# How do online Forex traders lose?



## StockyGuy (4 February 2008)

Hi Folks,

This may seem like a strange question, but I'm interested in how online retail (like you and maybe me if I can pluck up the courage) FOREX traders lose their capital.  What are the pitfalls, common and uncommon?

On this subforum, others forums, and OF COURSE on the actual FOREX vendor websites, a rosy picture of easy gains seem to be painted.  Seems like just following simple patterns in volatile pairs at appropriate times (opening times, major events / news stories etc etc).  Do commission and taxes mean that only the exceptionally skilled or lucky earn much consistent clear profit?

IN SUM, how would I LOSE my money trading FOREX if i so desired?:


----------



## Kauri (4 February 2008)

StockyGuy said:


> Hi Folks,
> 
> This may seem like a strange question, but I'm interested in how online retail (like you and maybe me if I can pluck up the courage) FOREX traders lose their capital. What are the pitfalls, common and uncommon?
> 
> ...




  same way as any instrument, don't have a workable plan/market edge and don't use risk management.
Cheers
.........Kauri


----------



## >Apocalypto< (5 February 2008)

I tend to think you lose it faster then trading 10-4, as the monster run 24/7 5.2 days a week, many more opportuities to blow it during the day!  

What u think Kauri??? :


----------



## Stormin_Norman (5 February 2008)

>Apocalypto< said:


> I tend to think you lose it faster then trading 10-4, as the monster run 24/7 5.2 days a week, many more opportuities to blow it during the day!
> 
> What u think Kauri??? :




dont chase the market & stick to your plan. for everyone.

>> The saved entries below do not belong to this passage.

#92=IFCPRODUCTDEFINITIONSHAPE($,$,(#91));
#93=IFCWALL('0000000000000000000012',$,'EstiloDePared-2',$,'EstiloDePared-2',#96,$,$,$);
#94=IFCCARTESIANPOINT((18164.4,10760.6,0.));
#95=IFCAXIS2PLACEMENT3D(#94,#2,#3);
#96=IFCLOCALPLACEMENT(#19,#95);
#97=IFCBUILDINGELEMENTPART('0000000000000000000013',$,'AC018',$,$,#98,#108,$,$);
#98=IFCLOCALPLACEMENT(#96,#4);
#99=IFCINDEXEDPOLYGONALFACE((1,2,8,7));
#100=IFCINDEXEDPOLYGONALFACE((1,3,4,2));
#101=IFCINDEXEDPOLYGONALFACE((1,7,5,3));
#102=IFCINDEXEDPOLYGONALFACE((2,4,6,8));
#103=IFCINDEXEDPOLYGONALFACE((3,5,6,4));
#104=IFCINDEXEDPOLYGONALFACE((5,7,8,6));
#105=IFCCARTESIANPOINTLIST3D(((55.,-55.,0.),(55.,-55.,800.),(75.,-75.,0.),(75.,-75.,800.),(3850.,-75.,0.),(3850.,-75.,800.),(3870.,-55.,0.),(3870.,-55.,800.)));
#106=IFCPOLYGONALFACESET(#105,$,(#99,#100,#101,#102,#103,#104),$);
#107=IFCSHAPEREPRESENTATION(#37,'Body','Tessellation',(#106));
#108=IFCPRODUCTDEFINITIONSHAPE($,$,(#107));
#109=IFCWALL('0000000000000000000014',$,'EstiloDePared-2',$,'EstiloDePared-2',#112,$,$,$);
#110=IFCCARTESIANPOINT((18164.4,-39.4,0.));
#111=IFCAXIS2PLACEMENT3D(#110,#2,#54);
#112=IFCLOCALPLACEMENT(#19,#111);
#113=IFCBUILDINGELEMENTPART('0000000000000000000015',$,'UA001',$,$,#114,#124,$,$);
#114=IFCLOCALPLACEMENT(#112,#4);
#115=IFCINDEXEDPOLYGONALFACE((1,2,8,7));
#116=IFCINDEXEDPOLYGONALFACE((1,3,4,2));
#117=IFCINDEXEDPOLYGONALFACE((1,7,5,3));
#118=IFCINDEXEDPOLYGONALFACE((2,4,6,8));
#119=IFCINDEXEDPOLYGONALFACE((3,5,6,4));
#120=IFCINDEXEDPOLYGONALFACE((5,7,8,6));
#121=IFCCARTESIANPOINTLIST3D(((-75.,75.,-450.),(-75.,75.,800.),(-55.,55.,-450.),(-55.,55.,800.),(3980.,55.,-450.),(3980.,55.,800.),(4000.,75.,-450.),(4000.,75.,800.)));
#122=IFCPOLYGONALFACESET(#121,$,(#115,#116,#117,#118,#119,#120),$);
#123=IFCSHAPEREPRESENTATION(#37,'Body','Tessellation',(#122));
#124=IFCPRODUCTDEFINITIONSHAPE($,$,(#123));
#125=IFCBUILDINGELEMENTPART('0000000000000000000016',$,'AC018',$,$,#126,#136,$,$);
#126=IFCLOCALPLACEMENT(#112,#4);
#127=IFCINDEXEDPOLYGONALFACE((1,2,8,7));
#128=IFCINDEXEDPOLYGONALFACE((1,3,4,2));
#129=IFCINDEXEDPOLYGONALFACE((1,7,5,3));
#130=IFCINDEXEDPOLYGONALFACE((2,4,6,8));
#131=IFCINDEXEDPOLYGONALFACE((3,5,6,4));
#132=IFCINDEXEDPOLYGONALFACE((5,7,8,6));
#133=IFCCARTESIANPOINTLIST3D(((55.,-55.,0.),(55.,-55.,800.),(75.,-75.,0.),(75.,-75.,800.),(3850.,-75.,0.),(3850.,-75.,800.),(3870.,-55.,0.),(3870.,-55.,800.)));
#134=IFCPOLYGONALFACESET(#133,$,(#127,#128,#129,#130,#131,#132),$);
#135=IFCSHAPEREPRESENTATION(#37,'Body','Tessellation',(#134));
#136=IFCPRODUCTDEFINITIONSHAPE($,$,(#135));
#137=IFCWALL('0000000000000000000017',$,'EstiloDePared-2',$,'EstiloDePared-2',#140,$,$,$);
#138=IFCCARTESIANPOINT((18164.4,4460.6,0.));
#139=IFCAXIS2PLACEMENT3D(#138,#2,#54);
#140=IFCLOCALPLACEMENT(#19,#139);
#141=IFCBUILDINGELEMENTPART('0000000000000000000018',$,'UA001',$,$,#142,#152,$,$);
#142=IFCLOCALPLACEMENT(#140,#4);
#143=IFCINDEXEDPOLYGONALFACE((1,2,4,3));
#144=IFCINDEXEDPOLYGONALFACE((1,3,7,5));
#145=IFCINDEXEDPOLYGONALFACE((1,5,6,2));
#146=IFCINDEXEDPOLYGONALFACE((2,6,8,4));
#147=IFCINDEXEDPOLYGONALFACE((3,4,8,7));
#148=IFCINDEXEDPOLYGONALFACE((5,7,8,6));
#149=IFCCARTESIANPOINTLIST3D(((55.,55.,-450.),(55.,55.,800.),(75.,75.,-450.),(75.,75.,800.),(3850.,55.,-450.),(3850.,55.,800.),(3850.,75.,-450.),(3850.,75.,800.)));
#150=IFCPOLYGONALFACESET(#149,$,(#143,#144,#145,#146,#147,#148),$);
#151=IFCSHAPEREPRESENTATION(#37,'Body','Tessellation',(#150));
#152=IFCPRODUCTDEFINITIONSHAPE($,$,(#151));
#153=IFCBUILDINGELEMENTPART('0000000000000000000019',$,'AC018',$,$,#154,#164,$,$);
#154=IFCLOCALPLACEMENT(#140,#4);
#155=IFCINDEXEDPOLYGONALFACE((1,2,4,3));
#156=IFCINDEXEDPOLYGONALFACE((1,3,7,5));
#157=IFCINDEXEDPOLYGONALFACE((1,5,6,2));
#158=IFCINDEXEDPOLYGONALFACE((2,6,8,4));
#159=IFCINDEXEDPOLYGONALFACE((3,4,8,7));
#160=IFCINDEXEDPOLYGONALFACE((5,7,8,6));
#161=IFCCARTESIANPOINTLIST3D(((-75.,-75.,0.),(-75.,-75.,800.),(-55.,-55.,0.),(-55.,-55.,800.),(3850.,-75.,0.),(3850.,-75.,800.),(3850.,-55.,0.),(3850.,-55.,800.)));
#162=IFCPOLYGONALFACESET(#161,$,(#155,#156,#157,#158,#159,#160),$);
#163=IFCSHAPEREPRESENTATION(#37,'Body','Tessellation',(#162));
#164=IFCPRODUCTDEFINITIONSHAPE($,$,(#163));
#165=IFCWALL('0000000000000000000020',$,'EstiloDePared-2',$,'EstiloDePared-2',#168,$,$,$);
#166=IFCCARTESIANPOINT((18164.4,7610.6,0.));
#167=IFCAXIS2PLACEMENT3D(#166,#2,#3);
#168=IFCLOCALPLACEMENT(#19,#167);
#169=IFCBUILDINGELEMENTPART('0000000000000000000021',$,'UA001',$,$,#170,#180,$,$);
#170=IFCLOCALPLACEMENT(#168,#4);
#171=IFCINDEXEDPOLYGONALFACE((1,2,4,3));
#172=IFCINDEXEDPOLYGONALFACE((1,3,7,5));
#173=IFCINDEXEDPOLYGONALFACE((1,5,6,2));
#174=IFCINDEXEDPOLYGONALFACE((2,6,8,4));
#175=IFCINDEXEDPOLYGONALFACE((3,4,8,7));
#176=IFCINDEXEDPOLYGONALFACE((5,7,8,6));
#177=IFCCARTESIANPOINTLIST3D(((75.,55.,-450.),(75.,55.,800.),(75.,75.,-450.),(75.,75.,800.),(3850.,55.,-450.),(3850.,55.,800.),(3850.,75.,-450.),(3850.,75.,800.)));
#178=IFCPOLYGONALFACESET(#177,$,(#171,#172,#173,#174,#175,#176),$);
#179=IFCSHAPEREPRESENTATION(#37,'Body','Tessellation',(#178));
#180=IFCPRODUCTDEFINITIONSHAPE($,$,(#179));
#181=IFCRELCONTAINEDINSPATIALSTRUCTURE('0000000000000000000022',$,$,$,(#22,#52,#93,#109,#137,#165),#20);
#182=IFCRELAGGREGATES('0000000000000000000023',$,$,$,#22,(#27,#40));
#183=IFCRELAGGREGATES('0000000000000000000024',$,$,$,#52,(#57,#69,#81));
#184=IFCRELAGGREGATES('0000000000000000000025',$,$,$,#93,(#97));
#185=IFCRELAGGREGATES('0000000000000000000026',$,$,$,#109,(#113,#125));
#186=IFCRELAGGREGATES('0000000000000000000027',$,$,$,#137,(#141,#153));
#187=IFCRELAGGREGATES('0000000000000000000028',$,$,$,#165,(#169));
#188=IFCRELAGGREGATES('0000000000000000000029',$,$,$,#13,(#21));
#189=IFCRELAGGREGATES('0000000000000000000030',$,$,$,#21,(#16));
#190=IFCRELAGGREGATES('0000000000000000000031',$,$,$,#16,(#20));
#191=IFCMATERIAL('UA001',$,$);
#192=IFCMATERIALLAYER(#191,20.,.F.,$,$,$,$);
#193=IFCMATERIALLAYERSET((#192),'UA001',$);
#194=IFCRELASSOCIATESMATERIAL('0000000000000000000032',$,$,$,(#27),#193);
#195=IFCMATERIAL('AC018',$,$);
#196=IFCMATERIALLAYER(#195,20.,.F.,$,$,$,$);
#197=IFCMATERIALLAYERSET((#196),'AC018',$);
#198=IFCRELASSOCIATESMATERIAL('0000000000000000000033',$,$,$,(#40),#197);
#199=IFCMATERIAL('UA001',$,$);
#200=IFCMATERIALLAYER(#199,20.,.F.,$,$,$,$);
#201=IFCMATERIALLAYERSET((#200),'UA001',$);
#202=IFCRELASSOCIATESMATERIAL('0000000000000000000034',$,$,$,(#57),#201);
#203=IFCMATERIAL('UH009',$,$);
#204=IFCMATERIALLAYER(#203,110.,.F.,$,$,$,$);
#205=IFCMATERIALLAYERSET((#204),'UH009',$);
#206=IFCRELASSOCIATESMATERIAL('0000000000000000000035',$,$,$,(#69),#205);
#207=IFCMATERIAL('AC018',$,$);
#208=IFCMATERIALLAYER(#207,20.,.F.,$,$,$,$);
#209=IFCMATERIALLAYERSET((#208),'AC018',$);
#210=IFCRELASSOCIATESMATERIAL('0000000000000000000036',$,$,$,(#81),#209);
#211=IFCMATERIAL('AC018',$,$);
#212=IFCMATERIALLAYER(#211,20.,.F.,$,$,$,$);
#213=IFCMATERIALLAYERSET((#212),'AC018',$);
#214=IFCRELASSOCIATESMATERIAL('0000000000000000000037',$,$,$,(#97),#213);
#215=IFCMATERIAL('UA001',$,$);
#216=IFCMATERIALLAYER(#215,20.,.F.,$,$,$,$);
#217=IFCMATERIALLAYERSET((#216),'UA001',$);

personally i prefer like apocalypto to hold my trades for longer-term. but im a fundamental trader. i find holding my trades sees me gain more in the longer term. riding dips is easier when the trade is already in profit.


----------



## disarray (5 February 2008)

25 Rules

it's a good read


----------



## ithatheekret (5 February 2008)

never let winners become losers .

never hang onto losers 

don't lose money whenever possible 

hope is in a box , it will always stay there if your serious .

get in sync and stay there .


----------



## Timmy (5 February 2008)

StockyGuy said:


> On this subforum, ..., a rosy picture of easy gains seem to be painted.

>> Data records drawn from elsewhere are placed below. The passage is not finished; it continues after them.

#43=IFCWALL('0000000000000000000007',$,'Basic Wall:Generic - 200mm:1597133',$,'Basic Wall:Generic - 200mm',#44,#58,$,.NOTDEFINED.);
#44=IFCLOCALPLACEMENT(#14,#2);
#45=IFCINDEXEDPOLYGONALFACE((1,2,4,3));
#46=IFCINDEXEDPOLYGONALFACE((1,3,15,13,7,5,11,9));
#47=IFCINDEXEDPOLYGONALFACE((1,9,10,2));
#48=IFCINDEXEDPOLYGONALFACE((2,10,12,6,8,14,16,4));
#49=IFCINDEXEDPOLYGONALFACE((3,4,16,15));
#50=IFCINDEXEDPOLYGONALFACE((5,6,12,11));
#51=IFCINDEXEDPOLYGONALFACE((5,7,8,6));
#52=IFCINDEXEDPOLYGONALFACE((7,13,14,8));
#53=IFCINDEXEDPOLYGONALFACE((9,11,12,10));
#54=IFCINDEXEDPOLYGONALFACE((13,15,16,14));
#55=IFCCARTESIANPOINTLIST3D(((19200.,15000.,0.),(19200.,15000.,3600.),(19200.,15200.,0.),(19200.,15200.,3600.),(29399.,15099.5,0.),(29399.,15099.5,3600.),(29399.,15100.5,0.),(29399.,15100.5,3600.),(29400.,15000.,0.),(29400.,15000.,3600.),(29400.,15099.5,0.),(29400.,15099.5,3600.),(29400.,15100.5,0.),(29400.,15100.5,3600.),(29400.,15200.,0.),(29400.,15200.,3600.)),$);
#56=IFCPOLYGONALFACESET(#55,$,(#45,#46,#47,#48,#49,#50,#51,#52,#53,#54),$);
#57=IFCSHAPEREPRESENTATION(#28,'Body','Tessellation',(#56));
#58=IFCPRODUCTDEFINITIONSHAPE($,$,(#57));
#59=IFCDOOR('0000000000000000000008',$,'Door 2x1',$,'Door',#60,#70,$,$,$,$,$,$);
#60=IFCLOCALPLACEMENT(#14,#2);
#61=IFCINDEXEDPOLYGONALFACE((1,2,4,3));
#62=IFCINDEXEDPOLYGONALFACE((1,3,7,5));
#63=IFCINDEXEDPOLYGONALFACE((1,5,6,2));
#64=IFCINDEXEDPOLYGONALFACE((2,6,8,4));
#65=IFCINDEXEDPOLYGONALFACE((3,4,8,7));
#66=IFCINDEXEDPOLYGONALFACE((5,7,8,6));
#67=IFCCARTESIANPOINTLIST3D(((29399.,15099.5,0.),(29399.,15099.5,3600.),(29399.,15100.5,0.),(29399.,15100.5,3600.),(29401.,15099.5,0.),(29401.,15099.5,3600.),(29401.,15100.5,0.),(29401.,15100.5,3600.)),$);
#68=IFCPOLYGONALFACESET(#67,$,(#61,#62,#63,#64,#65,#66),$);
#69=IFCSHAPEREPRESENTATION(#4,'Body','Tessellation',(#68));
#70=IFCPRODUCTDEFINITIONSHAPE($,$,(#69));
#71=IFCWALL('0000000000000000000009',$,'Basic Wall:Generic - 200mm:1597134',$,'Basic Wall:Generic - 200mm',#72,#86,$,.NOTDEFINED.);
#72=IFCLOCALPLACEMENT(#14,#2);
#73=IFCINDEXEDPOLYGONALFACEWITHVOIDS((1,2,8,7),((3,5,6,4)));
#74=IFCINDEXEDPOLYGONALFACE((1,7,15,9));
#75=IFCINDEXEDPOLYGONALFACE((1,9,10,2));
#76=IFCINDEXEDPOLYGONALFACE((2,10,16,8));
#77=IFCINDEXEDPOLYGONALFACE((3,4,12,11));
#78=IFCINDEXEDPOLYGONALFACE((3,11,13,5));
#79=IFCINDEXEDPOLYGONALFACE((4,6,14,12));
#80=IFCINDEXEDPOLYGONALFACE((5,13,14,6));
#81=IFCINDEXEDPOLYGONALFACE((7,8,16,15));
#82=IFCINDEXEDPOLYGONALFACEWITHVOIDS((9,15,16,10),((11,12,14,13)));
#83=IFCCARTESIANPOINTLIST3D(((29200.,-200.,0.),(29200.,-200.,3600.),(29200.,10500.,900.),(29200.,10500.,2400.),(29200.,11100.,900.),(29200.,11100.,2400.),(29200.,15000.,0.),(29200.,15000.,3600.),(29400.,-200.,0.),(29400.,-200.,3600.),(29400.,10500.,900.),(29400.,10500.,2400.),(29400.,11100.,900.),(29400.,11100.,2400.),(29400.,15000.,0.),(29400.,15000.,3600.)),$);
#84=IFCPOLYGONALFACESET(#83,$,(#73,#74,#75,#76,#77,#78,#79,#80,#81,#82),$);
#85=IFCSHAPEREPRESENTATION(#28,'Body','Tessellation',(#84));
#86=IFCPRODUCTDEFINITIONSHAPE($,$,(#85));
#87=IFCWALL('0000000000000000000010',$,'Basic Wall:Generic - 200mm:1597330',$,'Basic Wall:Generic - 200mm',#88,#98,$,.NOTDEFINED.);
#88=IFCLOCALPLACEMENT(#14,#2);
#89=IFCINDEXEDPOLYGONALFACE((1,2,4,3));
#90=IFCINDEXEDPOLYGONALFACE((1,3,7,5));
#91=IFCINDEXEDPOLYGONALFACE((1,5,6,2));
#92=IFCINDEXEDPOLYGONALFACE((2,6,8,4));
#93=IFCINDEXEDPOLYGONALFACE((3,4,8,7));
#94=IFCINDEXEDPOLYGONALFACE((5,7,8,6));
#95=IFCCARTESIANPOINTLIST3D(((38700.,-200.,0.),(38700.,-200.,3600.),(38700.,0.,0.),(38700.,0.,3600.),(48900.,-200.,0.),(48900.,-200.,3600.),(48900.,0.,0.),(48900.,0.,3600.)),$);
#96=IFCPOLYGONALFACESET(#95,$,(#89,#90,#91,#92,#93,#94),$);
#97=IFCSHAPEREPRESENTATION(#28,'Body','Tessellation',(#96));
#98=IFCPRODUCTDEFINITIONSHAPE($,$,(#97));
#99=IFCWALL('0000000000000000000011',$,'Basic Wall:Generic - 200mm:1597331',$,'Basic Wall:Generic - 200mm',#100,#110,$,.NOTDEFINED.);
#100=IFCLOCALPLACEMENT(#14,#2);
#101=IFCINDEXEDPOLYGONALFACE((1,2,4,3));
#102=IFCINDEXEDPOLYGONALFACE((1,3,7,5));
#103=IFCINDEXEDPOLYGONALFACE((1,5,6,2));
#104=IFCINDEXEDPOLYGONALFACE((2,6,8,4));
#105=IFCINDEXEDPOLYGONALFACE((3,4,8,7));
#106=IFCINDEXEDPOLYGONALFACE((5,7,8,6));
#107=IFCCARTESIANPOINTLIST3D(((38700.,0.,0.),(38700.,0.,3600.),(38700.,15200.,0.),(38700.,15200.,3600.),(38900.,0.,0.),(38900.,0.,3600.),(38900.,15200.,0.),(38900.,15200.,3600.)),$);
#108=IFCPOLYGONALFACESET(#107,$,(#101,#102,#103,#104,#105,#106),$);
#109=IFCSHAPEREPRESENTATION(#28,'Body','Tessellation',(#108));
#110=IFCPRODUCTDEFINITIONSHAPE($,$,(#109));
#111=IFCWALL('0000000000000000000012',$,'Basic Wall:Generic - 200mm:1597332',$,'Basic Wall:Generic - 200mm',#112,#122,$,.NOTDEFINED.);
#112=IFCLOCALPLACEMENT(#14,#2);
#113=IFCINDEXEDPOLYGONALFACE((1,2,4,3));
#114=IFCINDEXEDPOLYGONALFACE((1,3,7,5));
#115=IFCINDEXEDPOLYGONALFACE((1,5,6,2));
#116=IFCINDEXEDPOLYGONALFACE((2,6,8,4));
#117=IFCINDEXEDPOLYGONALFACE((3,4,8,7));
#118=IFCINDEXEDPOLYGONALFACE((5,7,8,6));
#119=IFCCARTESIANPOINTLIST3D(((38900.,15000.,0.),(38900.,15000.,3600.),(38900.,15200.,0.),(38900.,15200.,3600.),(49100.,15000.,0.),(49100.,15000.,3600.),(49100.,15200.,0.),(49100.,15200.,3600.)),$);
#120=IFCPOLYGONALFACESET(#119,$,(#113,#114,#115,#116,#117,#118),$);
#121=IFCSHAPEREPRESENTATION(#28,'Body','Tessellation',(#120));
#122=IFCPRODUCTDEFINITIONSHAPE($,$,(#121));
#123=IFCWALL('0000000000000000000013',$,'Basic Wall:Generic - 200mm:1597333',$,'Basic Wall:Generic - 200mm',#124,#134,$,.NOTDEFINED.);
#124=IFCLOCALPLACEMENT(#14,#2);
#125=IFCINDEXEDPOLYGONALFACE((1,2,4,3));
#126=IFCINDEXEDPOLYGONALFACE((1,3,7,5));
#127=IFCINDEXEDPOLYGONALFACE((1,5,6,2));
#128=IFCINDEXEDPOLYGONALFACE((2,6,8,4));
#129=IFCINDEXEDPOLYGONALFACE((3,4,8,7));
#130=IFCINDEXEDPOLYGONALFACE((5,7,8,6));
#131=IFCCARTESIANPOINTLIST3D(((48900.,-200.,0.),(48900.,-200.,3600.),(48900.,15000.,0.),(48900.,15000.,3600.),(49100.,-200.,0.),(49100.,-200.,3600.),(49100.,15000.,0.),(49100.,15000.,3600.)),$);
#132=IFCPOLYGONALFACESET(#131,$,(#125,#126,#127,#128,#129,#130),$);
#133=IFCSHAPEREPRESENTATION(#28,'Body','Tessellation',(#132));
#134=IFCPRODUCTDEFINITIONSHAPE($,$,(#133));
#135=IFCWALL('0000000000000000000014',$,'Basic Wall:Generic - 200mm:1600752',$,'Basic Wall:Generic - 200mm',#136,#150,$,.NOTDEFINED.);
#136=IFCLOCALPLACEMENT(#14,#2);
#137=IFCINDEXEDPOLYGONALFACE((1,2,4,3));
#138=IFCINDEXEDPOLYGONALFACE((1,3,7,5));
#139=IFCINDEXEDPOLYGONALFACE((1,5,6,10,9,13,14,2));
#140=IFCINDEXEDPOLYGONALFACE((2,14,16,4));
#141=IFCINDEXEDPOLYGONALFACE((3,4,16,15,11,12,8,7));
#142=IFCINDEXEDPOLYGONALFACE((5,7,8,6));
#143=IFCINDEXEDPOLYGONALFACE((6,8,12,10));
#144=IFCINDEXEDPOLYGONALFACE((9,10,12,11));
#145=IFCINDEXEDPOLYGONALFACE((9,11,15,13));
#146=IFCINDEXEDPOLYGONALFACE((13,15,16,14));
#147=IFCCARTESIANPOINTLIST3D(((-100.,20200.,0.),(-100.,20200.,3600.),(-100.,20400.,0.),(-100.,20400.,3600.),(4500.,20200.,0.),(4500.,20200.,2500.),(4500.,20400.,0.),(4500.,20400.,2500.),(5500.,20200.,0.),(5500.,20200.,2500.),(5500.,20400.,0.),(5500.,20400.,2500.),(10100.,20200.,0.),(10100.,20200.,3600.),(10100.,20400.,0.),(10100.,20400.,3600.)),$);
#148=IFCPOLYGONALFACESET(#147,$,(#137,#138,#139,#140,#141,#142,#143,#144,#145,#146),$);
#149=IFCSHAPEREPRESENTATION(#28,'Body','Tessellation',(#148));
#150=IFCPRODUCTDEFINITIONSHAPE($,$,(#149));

I don't think that is correct.

Have you read through this thread?


----------



## StockyGuy (5 February 2008)

Some very nice points there, guys.  Cheers!

@ Timmy: Yeah, you're right.  People are quite down to earth here.  But I guess it's a bit like survivor bias: the most vocal people on FOREX matters tend to be those doing okay or those just learning / starting out.  The disasters don't stick around to discuss, I think.


----------



## Timmy (6 February 2008)

StockyGuy said:


> bit like survivor bias: the most vocal people on FOREX matters tend to be those doing okay or those just learning / starting out.  The disasters don't stick around to discuss, I think.




Good point SG.

I think your OP asked a very good question.  In that thread I referred you to there are issues raised which show that even traders doing everything right wrt to a trading plan and discipline etc. can still lose money in FX ... have to understand the structure of that market, how brokers/mms behave and the differences between them, etc.


----------



## BentRod (6 February 2008)

Stocky,
          Best thing to do is open a demo account and find out for yourself.

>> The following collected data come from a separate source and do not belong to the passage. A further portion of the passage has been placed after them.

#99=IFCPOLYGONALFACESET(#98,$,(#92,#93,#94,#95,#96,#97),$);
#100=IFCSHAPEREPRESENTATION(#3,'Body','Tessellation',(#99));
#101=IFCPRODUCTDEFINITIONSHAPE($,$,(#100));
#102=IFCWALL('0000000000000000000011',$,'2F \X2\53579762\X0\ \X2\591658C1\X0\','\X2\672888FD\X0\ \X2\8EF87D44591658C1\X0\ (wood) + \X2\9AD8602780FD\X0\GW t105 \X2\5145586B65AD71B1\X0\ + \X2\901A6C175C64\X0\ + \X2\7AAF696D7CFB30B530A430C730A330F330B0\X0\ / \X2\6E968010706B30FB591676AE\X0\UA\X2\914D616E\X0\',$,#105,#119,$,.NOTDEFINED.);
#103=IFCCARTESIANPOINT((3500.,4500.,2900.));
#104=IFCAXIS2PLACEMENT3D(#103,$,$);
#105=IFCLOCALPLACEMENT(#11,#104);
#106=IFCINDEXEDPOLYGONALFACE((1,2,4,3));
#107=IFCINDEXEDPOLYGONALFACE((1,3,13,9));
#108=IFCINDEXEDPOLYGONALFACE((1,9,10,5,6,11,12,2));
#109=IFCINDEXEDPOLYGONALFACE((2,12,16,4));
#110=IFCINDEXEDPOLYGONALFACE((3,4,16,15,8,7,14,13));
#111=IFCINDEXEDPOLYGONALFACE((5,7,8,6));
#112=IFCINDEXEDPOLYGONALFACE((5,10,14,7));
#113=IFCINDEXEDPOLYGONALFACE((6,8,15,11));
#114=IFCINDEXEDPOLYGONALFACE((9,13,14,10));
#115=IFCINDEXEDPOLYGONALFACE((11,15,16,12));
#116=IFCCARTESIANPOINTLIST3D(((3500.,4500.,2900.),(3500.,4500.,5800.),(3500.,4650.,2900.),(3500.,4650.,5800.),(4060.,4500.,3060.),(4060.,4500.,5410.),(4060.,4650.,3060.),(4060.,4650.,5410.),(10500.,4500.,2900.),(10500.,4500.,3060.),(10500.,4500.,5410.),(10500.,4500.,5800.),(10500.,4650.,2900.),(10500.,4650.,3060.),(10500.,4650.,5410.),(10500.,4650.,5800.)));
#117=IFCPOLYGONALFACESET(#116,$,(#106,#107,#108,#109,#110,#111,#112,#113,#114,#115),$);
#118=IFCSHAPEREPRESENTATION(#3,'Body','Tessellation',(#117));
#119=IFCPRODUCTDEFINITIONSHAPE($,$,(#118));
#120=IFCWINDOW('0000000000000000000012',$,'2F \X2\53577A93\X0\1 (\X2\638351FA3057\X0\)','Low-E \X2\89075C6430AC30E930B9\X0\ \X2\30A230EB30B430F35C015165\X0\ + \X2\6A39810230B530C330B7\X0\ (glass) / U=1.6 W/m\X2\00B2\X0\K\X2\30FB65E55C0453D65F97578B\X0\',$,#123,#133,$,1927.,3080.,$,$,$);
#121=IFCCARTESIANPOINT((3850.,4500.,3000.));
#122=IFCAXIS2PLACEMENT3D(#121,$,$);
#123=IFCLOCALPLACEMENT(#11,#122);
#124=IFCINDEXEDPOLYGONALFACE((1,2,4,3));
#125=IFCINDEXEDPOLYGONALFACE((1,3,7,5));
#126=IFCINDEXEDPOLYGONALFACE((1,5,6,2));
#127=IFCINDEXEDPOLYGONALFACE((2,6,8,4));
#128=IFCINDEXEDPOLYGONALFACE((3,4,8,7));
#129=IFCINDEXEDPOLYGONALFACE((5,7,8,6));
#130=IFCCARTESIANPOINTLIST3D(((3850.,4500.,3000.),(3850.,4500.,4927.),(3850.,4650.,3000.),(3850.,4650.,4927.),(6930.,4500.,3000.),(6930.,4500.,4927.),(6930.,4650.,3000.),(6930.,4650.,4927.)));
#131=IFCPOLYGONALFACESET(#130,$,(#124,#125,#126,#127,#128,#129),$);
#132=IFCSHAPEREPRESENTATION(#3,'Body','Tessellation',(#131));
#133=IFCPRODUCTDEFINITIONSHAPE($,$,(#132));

The demo accounts have real time data and are a great way to learn.

The best platform I've found so far is Metatrader.

Plenty of websites that offer demo accounts...eg:

http://www.alpari-idc.com/en/metatrader4/open-demo-account.html

As far as a rosy picture being painted for Forex, I think it's just that it is marketed more. The fundamentals of trading are the same as stocks,futures etc.


----------



## nizar (6 February 2008)

The same reasons why stock traders lose.

*Holding your losers for too long
*Selling your winners to early
*No money management
*Don't use stops

Couple that with 24hour trading and the use of high leverage, and


----------



## Stormin_Norman (6 February 2008)

BentRod said:


> The fundamentals of trading are the same as stocks,futures etc.




i disagree. the technical trading may be similar, but fundamentally stocks are different to FX. FX are relative prices, stocks are absolutes, and because of this its relative economic differences between countries not performance in isolation by companies which dictates price movements.


----------



## BentRod (6 February 2008)

Gday Norm.

I probably used the wrong word there.

When I said "The fundamentals of trading" I meant the fundamentals of technical trading IE. position sizing, money management, profit factor, etc etc.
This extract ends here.